@ddw_music said:
In Pd, wires are procedure calls, not gotos.
Are they actually procedures or just conceptually? I would assume the latter but if they actually are procedures can you point me where to look in the source? I get the depth first stuff, I just turned myself around in those edits, hence the follow up post and the disclaimer added to the original post. I did a bit of digging in the source and I think my original point was correct, pd does not do anything weird with how it uses the stack, it is just that without a return stack we can't actually return which means we have to go about/think about things in a different way.
lisp would write
(print (* (random 20) 2))
where the last operation to be performed ("print") is at the head of the tree
But there is no tree in lisp, right? it is just a list data structure for the REPL to evaluate. I can't quite grasp how lisp works under the hood, I poisoned my brain with one of those build your own lisp tutorials which I later learned did not actually function in anyway like lisp proper, it was just an easy way to do a lisp like language and I have been lost ever since. Lisp is one of the languages I really want to learn and understand because it is supposedly great for building languages but there is something about it which I fail to grasp.

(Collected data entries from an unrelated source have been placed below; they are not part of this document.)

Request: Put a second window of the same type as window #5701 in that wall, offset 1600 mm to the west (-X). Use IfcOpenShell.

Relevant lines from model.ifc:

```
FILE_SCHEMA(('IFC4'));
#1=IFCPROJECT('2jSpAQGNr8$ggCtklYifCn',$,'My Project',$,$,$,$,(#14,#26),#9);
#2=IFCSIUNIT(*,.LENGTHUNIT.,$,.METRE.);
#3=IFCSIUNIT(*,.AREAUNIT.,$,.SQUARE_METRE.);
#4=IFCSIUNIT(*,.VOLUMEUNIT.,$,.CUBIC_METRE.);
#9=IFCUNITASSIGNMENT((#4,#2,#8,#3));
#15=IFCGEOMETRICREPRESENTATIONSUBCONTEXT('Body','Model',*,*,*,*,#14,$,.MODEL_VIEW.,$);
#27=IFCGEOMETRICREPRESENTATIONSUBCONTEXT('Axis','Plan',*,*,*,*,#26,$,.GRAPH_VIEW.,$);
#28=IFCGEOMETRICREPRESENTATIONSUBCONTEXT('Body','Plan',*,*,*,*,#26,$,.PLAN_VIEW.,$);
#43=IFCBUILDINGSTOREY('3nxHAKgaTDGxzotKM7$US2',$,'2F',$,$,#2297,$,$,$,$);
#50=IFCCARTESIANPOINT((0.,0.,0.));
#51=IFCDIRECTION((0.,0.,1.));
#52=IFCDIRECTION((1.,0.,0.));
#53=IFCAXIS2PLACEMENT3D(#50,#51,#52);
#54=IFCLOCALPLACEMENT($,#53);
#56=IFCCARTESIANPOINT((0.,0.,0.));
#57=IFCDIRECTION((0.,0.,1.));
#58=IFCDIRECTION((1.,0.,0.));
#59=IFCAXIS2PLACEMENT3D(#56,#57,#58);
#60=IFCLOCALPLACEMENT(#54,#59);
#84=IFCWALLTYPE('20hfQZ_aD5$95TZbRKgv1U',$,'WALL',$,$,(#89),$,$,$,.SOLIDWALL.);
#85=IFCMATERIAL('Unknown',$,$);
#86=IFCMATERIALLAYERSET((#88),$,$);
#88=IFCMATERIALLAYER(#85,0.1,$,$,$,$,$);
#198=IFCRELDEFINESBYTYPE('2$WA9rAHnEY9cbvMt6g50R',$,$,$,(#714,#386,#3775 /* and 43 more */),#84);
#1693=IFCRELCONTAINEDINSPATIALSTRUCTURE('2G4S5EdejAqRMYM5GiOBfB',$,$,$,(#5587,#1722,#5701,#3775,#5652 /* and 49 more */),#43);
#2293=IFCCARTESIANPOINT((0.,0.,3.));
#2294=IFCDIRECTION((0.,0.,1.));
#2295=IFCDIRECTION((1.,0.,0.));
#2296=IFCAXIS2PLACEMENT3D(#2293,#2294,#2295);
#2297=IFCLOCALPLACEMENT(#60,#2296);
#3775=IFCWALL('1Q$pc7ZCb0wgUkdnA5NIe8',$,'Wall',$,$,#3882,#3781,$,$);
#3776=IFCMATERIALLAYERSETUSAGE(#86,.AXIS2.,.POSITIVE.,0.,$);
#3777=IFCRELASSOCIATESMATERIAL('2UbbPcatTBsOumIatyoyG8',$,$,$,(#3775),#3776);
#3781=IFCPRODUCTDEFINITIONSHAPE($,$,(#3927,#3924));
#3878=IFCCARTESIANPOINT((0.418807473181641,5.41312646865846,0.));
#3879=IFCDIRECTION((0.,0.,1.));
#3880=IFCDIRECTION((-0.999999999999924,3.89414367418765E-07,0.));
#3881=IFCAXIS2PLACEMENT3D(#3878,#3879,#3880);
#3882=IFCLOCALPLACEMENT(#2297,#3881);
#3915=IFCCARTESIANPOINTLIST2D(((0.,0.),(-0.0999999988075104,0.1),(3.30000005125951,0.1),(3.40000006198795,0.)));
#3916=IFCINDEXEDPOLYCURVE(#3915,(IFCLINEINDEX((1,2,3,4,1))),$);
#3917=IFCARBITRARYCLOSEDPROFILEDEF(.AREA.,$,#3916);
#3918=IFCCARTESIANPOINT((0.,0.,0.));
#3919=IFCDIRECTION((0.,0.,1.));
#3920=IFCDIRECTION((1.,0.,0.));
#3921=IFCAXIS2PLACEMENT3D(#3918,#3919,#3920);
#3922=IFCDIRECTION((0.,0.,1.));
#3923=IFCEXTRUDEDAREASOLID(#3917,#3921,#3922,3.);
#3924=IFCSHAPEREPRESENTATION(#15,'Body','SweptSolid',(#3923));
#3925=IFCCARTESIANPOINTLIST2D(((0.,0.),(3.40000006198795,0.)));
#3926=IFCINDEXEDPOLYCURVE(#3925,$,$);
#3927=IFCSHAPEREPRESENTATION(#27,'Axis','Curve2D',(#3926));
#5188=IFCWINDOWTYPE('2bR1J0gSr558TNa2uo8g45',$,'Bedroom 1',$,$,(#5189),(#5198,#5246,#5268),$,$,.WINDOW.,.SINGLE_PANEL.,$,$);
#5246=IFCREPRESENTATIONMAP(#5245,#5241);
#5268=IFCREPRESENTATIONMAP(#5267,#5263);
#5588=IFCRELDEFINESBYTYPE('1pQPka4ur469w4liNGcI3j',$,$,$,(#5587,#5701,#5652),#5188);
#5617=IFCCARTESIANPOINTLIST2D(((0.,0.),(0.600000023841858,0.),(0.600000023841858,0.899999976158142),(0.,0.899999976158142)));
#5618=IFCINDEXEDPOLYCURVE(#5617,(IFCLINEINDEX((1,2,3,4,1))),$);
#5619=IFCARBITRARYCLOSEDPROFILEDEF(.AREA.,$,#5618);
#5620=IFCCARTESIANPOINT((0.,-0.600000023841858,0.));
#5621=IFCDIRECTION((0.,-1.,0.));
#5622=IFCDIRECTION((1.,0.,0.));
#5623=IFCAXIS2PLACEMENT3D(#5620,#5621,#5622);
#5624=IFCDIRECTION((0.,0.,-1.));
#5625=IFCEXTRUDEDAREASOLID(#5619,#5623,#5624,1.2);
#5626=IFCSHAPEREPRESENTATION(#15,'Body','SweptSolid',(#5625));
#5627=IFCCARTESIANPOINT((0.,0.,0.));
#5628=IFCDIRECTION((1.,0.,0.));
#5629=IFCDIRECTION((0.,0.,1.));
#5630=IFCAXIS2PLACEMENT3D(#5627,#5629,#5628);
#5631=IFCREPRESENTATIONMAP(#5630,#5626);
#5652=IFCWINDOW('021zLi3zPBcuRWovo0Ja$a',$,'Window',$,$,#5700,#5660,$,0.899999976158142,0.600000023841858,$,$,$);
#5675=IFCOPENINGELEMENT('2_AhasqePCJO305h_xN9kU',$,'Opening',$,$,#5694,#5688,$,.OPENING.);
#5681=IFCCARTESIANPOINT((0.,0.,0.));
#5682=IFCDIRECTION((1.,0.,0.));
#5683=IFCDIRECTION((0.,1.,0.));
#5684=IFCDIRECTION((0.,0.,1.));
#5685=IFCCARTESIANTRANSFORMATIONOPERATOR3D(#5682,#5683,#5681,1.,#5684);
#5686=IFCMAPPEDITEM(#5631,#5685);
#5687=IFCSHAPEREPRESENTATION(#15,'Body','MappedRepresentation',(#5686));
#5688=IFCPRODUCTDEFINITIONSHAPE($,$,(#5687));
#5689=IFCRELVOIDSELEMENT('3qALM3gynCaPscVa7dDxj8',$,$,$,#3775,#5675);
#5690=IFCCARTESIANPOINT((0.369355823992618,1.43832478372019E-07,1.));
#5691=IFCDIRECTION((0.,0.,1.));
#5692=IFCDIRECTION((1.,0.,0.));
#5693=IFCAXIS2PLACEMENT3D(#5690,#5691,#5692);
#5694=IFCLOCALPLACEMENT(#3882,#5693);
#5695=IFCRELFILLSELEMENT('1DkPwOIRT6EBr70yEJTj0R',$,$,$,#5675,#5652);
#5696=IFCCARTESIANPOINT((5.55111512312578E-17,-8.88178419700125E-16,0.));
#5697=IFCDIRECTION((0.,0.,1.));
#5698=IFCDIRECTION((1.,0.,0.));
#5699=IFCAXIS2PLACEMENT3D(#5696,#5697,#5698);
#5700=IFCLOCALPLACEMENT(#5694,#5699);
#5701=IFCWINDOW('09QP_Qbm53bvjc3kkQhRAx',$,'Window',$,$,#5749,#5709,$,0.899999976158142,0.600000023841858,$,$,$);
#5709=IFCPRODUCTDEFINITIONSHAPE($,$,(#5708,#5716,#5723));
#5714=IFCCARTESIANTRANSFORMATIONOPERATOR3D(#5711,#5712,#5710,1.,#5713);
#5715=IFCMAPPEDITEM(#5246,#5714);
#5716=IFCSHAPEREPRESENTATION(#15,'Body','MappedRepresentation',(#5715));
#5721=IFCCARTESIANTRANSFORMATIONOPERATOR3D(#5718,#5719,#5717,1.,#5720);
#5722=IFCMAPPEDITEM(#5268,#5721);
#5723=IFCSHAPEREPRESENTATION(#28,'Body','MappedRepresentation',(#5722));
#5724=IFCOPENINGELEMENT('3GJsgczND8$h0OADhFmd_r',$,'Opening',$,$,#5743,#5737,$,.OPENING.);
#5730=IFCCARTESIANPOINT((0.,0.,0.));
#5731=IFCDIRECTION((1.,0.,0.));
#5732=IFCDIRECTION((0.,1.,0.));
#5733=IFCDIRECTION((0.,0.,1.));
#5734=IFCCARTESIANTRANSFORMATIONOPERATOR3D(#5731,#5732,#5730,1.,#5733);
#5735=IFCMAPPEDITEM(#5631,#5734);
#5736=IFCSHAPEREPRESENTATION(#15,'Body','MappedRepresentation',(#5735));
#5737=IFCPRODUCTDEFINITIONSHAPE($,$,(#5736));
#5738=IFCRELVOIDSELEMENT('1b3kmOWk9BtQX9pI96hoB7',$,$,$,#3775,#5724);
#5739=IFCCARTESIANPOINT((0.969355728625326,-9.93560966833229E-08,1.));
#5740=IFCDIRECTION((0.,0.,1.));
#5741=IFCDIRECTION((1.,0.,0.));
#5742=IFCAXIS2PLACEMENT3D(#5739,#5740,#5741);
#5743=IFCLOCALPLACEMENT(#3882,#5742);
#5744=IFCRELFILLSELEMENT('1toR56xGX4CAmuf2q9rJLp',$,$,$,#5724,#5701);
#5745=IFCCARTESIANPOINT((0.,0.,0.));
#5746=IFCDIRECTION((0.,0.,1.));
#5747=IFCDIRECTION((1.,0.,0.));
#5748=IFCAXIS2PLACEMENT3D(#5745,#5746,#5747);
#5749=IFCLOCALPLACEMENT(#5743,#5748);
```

```python
import ifcopenshell
import ifcopenshell.api.feature
import ifcopenshell.api.geometry
import ifcopenshell.api.root
import ifcopenshell.geom
import ifcopenshell.util.element
import ifcopenshell.util.placement
import ifcopenshell.util.shape
import ifcopenshell.util.unit

model = ifcopenshell.open("model.ifc")
unit_scale = ifcopenshell.util.unit.calculate_unit_scale(model)
settings = ifcopenshell.geom.settings()


def volume(element):
    """Net volume in cubic metres, openings subtracted."""
    shape = ifcopenshell.geom.create_shape(settings, element)
    return ifcopenshell.util.shape.get_volume(shape.geometry)


window = model.by_guid("09QP_Qbm53bvjc3kkQhRAx")
opening = window.FillsVoids[0].RelatingOpeningElement
wall = opening.VoidsElements[0].RelatingBuildingElement
before = volume(wall)
shift = ifcopenshell.util.placement.get_local_placement(wall.ObjectPlacement)[:3, 0] * 1.6 / unit_scale

# copy_class copies the void relationship, type, container and properties, but no geometry.
new_opening = ifcopenshell.api.root.copy_class(model, product=opening)
new_opening.Representation = ifcopenshell.util.element.copy_deep(
    model, opening.Representation, exclude=["IfcGeometricRepresentationContext", "IfcRepresentationMap"]
)
new_window = ifcopenshell.api.root.copy_class(model, product=window)
new_window.Representation = ifcopenshell.util.element.copy_deep(
    model, window.Representation, exclude=["IfcGeometricRepresentationContext", "IfcRepresentationMap"]
)
ifcopenshell.api.feature.add_filling(model, opening=new_opening, element=new_window)

for old, new in ((opening, new_opening), (window, new_window)):
    matrix = ifcopenshell.util.placement.get_local_placement(old.ObjectPlacement)
    matrix[:3, 3] += shift
    ifcopenshell.api.geometry.edit_object_placement(model, product=new, matrix=matrix, is_si=False)

after = volume(wall)

print(f"wall volume {before:.3f} -> {after:.3f} m3")

model.write("model_edited.ifc")
```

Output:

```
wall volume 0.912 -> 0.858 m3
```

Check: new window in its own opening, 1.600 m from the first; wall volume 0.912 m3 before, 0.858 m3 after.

Regarding Forth since you keep bringing it up, it is no where near as mind bending as people think, in practice you don't spend much time doing that low level RPN stuff; you define some words and use those words to define other words and before you know it you have a purpose built high level DSL for your task. But you have to learn all that low level RPN pushing and popping stuff first. I am a big fan of Forth and what got me interested in language design/implementation was the whim of implementing a language in pd, so I found a language which would seem suitable for that whim and it was Forth, I learned Forth by implementing it in pd.